> [PROBLEM REQUIREMENTS]:
Read through the listing, and wherever a line holds the word "IFCDIRECTION", return it.

> [DATASET RECORDS]:

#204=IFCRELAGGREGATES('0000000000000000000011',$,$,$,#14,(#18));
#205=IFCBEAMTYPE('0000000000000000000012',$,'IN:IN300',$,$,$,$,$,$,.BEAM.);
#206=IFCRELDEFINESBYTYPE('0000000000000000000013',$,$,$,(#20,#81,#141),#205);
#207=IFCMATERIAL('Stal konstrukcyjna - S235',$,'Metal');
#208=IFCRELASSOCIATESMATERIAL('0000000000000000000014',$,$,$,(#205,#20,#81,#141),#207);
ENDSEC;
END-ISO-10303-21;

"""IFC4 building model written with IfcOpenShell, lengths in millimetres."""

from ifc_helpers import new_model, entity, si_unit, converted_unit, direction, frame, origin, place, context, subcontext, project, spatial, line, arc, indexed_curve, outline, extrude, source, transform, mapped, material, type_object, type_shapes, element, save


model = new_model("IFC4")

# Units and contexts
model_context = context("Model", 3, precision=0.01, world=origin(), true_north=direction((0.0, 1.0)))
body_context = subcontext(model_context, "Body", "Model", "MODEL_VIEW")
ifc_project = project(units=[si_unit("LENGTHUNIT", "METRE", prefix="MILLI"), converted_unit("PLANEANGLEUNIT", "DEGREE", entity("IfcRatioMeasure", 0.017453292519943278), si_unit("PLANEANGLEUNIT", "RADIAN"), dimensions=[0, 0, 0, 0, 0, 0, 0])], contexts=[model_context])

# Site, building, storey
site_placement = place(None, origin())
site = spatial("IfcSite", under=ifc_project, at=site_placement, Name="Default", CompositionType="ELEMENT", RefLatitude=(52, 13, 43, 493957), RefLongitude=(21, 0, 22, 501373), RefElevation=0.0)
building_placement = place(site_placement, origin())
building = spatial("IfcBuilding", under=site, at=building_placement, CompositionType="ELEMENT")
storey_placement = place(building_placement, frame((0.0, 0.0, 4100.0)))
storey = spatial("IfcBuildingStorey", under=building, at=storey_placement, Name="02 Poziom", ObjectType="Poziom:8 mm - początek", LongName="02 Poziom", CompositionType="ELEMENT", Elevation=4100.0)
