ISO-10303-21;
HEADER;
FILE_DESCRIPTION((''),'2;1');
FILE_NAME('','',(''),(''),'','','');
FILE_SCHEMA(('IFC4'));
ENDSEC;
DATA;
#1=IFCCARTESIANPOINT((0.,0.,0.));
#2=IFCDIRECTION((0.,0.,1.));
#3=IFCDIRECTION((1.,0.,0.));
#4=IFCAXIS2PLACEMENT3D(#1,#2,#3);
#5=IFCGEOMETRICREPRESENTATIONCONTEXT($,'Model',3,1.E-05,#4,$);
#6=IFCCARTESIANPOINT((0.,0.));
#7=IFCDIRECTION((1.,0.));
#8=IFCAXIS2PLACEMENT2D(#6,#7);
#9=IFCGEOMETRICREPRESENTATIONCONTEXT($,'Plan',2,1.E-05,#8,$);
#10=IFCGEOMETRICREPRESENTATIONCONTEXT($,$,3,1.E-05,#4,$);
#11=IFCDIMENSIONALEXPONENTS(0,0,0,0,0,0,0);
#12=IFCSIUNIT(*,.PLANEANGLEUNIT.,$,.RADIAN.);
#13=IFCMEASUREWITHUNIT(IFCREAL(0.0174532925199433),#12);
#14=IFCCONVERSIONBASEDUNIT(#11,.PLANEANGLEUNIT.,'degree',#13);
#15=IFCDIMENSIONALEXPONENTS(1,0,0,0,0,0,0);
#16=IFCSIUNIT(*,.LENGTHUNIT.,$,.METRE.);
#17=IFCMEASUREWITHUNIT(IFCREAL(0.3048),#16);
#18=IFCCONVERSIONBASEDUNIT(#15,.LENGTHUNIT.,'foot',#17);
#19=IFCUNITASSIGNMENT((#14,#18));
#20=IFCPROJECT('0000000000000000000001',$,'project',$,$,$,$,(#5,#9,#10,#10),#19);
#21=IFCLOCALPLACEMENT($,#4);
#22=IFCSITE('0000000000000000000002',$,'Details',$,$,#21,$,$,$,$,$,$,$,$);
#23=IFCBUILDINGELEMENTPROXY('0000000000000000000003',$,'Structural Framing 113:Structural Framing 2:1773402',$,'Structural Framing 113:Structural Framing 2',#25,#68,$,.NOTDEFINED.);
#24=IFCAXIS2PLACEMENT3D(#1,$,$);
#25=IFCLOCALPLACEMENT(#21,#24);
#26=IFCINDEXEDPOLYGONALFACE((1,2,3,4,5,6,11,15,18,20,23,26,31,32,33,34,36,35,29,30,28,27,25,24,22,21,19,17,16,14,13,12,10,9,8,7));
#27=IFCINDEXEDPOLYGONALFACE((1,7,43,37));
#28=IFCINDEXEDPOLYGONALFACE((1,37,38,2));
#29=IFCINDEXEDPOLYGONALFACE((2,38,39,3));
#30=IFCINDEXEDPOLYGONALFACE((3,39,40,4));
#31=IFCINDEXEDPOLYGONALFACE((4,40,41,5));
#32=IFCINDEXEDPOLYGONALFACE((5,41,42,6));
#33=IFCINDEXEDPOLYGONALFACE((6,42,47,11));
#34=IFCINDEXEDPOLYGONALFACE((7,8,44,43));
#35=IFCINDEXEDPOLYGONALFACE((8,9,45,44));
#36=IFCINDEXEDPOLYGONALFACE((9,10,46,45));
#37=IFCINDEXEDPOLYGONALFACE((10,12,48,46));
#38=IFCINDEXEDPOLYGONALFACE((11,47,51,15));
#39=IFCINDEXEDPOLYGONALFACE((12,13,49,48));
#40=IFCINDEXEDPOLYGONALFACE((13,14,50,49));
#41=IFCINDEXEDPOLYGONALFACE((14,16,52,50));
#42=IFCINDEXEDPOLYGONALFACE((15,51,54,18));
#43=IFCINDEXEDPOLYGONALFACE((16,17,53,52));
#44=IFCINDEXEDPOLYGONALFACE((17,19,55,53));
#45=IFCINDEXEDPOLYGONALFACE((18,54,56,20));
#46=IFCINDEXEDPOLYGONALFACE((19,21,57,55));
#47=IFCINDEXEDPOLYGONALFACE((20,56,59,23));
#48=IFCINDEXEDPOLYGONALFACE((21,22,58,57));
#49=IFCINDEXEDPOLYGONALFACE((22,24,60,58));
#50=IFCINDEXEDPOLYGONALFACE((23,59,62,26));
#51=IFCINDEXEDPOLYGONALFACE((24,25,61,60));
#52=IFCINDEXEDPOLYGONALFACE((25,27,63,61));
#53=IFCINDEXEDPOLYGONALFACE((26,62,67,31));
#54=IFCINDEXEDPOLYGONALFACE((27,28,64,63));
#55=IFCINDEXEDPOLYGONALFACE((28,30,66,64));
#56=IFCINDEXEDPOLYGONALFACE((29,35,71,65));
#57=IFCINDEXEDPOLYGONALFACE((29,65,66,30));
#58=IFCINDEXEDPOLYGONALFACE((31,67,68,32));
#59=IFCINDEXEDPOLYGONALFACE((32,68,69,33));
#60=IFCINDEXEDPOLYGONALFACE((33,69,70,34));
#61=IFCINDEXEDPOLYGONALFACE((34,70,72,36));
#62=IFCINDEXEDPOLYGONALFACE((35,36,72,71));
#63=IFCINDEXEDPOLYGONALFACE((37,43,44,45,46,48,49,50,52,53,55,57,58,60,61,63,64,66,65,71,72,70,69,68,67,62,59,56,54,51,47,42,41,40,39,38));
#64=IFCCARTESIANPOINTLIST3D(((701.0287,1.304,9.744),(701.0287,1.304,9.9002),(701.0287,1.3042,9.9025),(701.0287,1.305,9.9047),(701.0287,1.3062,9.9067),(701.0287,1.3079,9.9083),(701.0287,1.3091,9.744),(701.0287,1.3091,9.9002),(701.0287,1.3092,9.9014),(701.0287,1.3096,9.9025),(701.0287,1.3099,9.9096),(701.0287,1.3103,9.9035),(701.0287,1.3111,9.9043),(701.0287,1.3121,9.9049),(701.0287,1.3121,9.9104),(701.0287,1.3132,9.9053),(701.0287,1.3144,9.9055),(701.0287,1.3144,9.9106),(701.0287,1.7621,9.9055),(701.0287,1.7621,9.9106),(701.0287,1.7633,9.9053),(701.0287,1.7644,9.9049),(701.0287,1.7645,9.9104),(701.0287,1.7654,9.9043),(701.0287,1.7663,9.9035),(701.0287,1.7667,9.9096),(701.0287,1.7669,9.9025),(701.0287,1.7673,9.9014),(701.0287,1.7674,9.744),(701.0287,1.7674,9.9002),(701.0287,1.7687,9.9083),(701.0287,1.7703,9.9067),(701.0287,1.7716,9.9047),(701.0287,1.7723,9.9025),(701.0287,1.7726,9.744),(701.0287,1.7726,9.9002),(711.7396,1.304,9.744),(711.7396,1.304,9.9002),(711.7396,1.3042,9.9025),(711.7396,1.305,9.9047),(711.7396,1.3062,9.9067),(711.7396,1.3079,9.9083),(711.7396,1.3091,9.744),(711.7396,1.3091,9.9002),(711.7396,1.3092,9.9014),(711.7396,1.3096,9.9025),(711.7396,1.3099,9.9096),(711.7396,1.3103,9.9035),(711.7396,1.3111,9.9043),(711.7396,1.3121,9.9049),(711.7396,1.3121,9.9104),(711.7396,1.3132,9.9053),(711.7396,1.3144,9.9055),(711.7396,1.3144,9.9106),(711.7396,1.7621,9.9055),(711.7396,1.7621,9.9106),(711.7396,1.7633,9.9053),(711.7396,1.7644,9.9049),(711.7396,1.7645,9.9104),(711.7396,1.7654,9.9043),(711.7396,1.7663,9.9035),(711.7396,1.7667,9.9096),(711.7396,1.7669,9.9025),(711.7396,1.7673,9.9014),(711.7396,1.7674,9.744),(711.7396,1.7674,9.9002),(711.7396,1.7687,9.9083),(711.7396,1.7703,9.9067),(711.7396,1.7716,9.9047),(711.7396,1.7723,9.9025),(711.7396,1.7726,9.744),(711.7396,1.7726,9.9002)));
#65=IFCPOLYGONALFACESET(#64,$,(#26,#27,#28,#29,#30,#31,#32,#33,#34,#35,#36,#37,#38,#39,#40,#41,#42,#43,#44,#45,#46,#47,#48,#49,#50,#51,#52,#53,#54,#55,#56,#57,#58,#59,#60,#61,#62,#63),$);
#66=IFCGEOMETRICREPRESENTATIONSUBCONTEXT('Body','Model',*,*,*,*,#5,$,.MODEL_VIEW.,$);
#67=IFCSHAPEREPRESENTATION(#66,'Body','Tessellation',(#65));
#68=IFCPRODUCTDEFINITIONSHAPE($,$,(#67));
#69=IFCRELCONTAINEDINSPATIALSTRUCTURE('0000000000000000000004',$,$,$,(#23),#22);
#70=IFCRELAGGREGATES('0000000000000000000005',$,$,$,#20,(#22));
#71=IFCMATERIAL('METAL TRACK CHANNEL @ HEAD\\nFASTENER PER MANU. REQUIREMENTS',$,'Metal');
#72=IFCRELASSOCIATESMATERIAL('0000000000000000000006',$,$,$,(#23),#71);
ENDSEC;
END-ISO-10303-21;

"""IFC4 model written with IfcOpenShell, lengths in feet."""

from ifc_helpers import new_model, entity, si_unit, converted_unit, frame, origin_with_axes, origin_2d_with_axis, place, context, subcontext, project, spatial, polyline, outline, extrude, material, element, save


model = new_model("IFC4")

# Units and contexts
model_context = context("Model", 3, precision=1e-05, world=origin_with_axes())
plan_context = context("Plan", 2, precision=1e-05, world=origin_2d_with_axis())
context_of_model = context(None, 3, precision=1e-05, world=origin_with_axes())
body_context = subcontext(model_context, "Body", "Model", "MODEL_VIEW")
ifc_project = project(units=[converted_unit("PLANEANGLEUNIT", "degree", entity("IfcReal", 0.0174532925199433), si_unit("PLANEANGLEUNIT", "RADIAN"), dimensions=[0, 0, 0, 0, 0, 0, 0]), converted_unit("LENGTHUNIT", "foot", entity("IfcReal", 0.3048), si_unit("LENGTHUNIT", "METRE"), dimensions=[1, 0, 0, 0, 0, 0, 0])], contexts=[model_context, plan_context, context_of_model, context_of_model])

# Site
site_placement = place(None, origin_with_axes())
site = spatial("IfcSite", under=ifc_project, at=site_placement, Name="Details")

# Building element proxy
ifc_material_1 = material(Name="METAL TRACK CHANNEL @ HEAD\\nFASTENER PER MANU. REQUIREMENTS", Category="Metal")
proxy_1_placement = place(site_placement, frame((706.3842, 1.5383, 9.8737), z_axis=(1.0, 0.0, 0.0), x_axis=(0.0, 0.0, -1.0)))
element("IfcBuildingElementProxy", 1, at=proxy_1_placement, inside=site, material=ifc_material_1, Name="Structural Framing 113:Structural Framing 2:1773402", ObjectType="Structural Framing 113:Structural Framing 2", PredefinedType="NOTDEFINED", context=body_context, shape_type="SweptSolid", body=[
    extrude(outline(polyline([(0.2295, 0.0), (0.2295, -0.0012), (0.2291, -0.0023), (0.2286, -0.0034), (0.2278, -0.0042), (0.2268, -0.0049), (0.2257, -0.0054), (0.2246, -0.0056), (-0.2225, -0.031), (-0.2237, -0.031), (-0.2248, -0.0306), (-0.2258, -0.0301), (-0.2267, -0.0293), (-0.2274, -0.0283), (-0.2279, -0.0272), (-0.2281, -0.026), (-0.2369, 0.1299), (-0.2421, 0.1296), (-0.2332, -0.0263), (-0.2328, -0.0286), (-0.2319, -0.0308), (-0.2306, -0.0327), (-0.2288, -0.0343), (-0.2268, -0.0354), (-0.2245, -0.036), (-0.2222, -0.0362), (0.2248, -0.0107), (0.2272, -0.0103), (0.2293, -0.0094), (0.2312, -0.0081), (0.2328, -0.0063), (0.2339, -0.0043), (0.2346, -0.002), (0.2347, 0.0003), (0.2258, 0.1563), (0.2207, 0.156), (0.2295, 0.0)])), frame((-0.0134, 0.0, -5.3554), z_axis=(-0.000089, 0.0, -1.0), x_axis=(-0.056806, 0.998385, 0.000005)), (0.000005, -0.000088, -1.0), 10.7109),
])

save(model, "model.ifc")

> [SOLUTION TO THIS EXERCISE]:
#2=IFCDIRECTION((0.,0.,1.));
#3=IFCDIRECTION((1.,0.,0.));
#7=IFCDIRECTION((1.,0.));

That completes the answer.